→ **PROBLEM**
Below is a block of records. Copy every line in it that contains the word "IFCRELCONTAINEDINSPATIALSTRUCTURE".

→ **RECORDS TO USE**
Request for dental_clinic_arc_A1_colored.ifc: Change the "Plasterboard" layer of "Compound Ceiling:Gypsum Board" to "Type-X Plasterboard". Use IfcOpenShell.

First a look at what the model holds.

```python
import ifcopenshell
import ifcopenshell.util.element

model = ifcopenshell.open("dental_clinic_arc_A1_colored.ifc")
print(model.schema)
for layer_set in model.by_type("IfcMaterialLayerSet"):
    if layer_set.LayerSetName == "Compound Ceiling:Gypsum Board":
        for layer in layer_set.MaterialLayers:
            print(layer.id(), layer.Material and layer.Material.Name, layer.LayerThickness, sep=" | ")
        print(len(ifcopenshell.util.element.get_elements_by_material(model, layer_set)), "elements and types use it")
print(sorted(m.Name for m in model.by_type("IfcMaterial") if m.Name)[:60])
```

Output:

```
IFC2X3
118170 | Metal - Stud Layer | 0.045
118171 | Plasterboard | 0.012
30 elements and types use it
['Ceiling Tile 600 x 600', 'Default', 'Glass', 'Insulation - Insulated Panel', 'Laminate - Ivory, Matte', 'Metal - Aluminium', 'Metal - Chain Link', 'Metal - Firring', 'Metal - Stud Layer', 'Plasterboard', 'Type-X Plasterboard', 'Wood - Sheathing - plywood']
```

```python
import ifcopenshell
import ifcopenshell.api.material

model = ifcopenshell.open("dental_clinic_arc_A1_colored.ifc")

layer_set = next(s for s in model.by_type("IfcMaterialLayerSet") if s.LayerSetName == "Compound Ceiling:Gypsum Board")
layer = next(l for l in layer_set.MaterialLayers if l.Material and l.Material.Name == "Plasterboard")
material = next(m for m in model.by_type("IfcMaterial") if m.Name == "Type-X Plasterboard")

# Point this one layer at the other material; renaming the old one would change it everywhere.
ifcopenshell.api.material.edit_layer(model, layer=layer, attributes={}, material=material)

print([l.Material.Name if l.Material else None for l in layer_set.MaterialLayers])

model.write("dental_clinic_arc_A1_colored_edited.ifc")
```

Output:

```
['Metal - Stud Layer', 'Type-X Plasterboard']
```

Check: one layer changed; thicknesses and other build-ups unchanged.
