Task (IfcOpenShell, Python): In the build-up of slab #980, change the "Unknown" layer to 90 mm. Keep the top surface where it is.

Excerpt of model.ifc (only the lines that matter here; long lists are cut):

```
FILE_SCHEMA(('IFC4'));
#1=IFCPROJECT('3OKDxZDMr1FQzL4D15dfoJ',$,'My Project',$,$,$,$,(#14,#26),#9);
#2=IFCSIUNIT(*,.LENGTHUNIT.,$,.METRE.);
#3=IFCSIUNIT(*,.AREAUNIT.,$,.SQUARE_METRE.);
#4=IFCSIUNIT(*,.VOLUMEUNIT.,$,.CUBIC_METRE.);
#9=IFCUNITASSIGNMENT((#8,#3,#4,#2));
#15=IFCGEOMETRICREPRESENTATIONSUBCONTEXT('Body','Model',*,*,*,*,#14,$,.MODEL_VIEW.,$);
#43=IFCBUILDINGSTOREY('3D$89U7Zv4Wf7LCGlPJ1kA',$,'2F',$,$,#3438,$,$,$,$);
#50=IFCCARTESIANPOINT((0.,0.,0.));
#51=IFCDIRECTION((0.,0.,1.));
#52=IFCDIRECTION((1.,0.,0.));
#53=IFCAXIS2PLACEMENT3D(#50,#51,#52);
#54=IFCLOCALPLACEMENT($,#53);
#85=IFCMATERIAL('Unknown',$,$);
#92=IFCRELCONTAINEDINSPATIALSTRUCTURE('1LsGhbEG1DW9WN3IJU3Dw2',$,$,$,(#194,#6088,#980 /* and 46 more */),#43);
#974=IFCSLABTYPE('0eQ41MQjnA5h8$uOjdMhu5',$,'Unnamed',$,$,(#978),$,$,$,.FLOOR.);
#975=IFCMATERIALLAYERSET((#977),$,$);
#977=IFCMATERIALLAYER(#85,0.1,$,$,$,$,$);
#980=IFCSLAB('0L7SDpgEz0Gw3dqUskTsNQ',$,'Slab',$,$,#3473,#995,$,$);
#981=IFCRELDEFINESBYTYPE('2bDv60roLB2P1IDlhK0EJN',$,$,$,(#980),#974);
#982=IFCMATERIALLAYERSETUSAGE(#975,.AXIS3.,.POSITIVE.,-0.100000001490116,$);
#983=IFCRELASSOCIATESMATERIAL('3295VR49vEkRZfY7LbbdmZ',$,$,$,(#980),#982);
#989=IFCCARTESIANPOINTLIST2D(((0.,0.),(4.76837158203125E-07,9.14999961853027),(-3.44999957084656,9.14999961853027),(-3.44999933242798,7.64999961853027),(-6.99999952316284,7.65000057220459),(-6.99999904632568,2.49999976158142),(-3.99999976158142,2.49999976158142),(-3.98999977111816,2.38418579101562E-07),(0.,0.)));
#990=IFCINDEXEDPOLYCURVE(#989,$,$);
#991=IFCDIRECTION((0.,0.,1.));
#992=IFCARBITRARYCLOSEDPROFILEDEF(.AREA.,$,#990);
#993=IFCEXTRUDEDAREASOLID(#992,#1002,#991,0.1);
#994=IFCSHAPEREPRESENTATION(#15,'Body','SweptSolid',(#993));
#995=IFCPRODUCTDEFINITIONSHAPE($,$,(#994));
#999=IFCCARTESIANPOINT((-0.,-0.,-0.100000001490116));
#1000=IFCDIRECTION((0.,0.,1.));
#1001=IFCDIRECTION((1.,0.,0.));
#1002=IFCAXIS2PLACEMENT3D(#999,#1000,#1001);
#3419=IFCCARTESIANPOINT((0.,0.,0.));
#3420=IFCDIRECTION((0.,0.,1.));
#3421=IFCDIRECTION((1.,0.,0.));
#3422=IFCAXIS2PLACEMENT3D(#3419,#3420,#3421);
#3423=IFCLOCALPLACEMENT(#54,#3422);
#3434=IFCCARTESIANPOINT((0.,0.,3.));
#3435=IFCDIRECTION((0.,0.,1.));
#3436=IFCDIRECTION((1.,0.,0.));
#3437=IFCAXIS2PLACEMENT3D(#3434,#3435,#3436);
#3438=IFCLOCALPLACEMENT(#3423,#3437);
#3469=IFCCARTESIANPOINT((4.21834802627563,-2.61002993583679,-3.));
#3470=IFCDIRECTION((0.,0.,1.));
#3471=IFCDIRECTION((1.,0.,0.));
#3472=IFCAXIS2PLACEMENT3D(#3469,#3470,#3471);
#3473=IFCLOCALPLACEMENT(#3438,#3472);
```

```python
import ifcopenshell
import ifcopenshell.util.element
import ifcopenshell.util.representation
import ifcopenshell.util.unit

model = ifcopenshell.open("model.ifc")
unit_scale = ifcopenshell.util.unit.calculate_unit_scale(model)

layer_set = model.by_id(975)
layer = next(l for l in layer_set.MaterialLayers if l.Material and l.Material.Name == "Unknown")
change = 0.09 / unit_scale - layer.LayerThickness
layer.LayerThickness += change

# Geometry does not follow the layer set by itself.
slabs = [e for e in ifcopenshell.util.element.get_elements_by_material(model, layer_set) if e.is_a("IfcSlab")]
for slab in sorted(slabs, key=lambda e: e.id()):
    body = ifcopenshell.util.representation.get_representation(slab, "Model", "Body")
    solid = body.Items[0]
    old_depth = solid.Depth
    solid.Depth += change
    # Extruded upwards: lower the start of the extrusion so the top stays.
    x, y, z = solid.Position.Location.Coordinates
    solid.Position.Location = model.createIfcCartesianPoint((x, y, z - change))
    print(slab.id(), f"{old_depth:g} -> {solid.Depth:g}")

# The layers are counted up from the underside, which has moved.
for usage in {ifcopenshell.util.element.get_material(slab) for slab in slabs}:
    usage.OffsetFromReferenceLine -= change

model.write("model_updated.ifc")
```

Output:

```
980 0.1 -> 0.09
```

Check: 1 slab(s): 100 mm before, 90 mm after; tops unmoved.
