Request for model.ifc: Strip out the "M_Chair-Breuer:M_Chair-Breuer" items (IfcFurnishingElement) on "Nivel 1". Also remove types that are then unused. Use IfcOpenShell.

First a look at what the model holds.

```python
import ifcopenshell
import ifcopenshell.util.element

model = ifcopenshell.open("model.ifc")
print(model.schema)
storey = next(s for s in model.by_type("IfcBuildingStorey") if s.Name == "Nivel 1")
furniture = [e for e in ifcopenshell.util.element.get_decomposition(storey) if e.is_a("IfcFurnishingElement")]
seen = {}
for e in furniture:
    element_type = ifcopenshell.util.element.get_type(e)
    name = element_type.Name if element_type not in (None, e) else None
    seen[name] = seen.get(name, 0) + 1
for name, count in sorted(seen.items(), key=str):
    print(count, "x", name)
```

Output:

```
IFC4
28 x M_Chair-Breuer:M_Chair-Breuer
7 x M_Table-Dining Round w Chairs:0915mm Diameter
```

```python
import ifcopenshell
import ifcopenshell.api.root
import ifcopenshell.util.element

model = ifcopenshell.open("model.ifc")

storey = next(s for s in model.by_type("IfcBuildingStorey") if s.Name == "Nivel 1")
furniture = [e for e in ifcopenshell.util.element.get_decomposition(storey) if e.is_a("IfcFurnishingElement")]
targets = [e for e in furniture if (t := ifcopenshell.util.element.get_type(e)) not in (None, e) and t.Name == "M_Chair-Breuer:M_Chair-Breuer"]
types = {ifcopenshell.util.element.get_type(e) for e in targets} - {None, *targets}

for e in targets:
    ifcopenshell.api.root.remove_product(model, product=e)
print(len(targets), "removed")

unused = [t for t in types if not ifcopenshell.util.element.get_types(t)]
for t in unused:
    ifcopenshell.api.root.remove_product(model, product=t)
print(len(unused), "unused types removed")

model.write("model_updated.ifc")
```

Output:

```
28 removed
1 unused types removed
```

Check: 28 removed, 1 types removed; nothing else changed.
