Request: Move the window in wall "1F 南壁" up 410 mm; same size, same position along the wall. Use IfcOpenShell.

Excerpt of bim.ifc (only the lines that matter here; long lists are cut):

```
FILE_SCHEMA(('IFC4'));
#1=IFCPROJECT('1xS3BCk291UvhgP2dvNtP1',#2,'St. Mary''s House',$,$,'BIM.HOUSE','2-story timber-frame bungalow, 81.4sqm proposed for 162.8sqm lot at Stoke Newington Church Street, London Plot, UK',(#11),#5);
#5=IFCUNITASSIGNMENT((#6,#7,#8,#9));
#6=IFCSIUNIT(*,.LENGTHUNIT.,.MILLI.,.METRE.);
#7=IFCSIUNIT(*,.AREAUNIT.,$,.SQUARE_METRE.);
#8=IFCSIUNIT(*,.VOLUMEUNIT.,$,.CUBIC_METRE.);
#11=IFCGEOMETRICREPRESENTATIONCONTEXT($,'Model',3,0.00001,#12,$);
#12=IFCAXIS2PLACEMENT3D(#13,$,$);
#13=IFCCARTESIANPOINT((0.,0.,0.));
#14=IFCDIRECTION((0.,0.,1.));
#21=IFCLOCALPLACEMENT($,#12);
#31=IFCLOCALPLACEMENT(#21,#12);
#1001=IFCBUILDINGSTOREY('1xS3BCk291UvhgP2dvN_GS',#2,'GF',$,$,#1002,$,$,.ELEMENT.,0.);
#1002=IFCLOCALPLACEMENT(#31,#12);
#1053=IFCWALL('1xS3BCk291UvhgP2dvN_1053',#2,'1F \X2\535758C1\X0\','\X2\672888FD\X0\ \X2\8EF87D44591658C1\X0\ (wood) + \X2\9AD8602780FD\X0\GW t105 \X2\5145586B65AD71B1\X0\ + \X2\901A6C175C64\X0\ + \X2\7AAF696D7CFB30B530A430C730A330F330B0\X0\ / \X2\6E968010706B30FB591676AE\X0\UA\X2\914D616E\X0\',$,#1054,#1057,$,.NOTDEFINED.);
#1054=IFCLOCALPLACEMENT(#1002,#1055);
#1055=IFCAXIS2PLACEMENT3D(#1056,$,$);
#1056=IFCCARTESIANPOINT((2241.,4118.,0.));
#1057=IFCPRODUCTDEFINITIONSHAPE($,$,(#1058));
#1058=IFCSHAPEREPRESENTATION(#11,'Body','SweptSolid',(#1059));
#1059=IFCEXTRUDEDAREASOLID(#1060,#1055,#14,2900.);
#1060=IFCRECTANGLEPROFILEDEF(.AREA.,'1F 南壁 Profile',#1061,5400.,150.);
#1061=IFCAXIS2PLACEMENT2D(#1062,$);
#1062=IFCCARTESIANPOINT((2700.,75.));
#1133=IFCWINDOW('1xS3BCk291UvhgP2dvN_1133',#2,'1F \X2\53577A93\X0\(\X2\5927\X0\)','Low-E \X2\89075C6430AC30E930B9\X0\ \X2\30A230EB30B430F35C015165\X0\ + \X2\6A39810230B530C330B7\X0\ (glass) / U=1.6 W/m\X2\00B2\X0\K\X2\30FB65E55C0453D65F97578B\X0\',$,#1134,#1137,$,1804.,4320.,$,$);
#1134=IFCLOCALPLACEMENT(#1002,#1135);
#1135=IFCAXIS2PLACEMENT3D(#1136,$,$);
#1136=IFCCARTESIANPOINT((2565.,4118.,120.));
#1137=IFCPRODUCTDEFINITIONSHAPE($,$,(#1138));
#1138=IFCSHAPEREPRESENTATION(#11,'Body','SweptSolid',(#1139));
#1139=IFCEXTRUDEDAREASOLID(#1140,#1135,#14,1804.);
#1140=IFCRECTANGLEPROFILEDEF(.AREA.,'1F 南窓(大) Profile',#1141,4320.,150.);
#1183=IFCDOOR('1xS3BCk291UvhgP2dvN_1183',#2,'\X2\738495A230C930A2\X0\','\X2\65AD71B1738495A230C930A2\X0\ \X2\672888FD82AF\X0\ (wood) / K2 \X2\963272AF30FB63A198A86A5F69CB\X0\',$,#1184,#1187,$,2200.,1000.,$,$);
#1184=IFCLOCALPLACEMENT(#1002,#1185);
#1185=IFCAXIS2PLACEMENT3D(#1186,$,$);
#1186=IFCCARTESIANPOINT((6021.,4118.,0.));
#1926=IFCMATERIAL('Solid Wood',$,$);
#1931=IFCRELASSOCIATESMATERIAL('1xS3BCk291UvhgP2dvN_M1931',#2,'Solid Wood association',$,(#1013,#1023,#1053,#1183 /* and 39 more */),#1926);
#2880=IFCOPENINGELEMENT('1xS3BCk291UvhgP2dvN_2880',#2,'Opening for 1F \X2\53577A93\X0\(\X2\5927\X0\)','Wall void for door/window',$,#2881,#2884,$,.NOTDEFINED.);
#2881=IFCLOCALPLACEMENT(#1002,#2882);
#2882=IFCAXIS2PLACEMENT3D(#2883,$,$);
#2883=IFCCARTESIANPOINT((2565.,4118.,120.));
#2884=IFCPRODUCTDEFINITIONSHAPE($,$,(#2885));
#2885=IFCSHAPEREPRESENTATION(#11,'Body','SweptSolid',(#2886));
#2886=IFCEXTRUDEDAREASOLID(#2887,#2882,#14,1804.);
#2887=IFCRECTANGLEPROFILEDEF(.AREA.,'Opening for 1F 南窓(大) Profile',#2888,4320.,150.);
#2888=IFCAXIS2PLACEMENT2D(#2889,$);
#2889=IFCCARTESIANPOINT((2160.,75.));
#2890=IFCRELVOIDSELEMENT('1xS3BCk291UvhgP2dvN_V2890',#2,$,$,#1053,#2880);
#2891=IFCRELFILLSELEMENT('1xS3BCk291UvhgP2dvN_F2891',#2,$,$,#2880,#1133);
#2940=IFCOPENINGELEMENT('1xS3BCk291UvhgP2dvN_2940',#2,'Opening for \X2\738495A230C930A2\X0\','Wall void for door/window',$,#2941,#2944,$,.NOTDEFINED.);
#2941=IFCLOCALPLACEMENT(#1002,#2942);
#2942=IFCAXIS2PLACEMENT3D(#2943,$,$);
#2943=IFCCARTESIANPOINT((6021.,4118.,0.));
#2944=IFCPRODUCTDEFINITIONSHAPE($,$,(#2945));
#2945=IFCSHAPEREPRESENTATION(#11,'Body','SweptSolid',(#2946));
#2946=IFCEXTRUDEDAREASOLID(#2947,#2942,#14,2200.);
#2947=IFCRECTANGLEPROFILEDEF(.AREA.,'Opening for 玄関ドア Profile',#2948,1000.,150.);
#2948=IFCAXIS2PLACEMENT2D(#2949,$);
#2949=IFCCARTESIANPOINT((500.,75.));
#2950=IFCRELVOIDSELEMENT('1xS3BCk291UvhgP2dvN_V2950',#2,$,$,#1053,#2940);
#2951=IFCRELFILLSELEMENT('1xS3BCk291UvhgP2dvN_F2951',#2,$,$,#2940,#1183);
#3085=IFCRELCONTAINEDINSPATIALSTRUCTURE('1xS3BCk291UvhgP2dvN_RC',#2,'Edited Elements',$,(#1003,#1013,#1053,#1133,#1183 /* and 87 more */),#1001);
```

```python
import numpy as np
import ifcopenshell
import ifcopenshell.api.geometry
import ifcopenshell.util.placement
import ifcopenshell.util.unit

model = ifcopenshell.open("bim.ifc")
unit_scale = ifcopenshell.util.unit.calculate_unit_scale(model)

window = model.by_id(1133)
opening = window.FillsVoids[0].RelatingOpeningElement
dz = 410.0

shift = np.array([0.0, 0.0, dz])
# The window is not placed relative to its opening, so move both.
for product in (opening, window):
    matrix = ifcopenshell.util.placement.get_local_placement(product.ObjectPlacement)
    matrix[:3, 3] += shift
    ifcopenshell.api.geometry.edit_object_placement(model, product=product, matrix=matrix, is_si=False)

print(f"moved by {dz * unit_scale:+.3f} m")

model.write("bim_v2.ifc")
```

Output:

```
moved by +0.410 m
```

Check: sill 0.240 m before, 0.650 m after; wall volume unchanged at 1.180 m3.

→ **EXERCISE ANSWER**
#92=IFCRELCONTAINEDINSPATIALSTRUCTURE('1LsGhbEG1DW9WN3IJU3Dw2',$,$,$,(#194,#6088,#980 /* and 46 more */),#43);
#3085=IFCRELCONTAINEDINSPATIALSTRUCTURE('1xS3BCk291UvhgP2dvN_RC',#2,'Edited Elements',$,(#1003,#1013,#1053,#1133,#1183 /* and 87 more */),#1001);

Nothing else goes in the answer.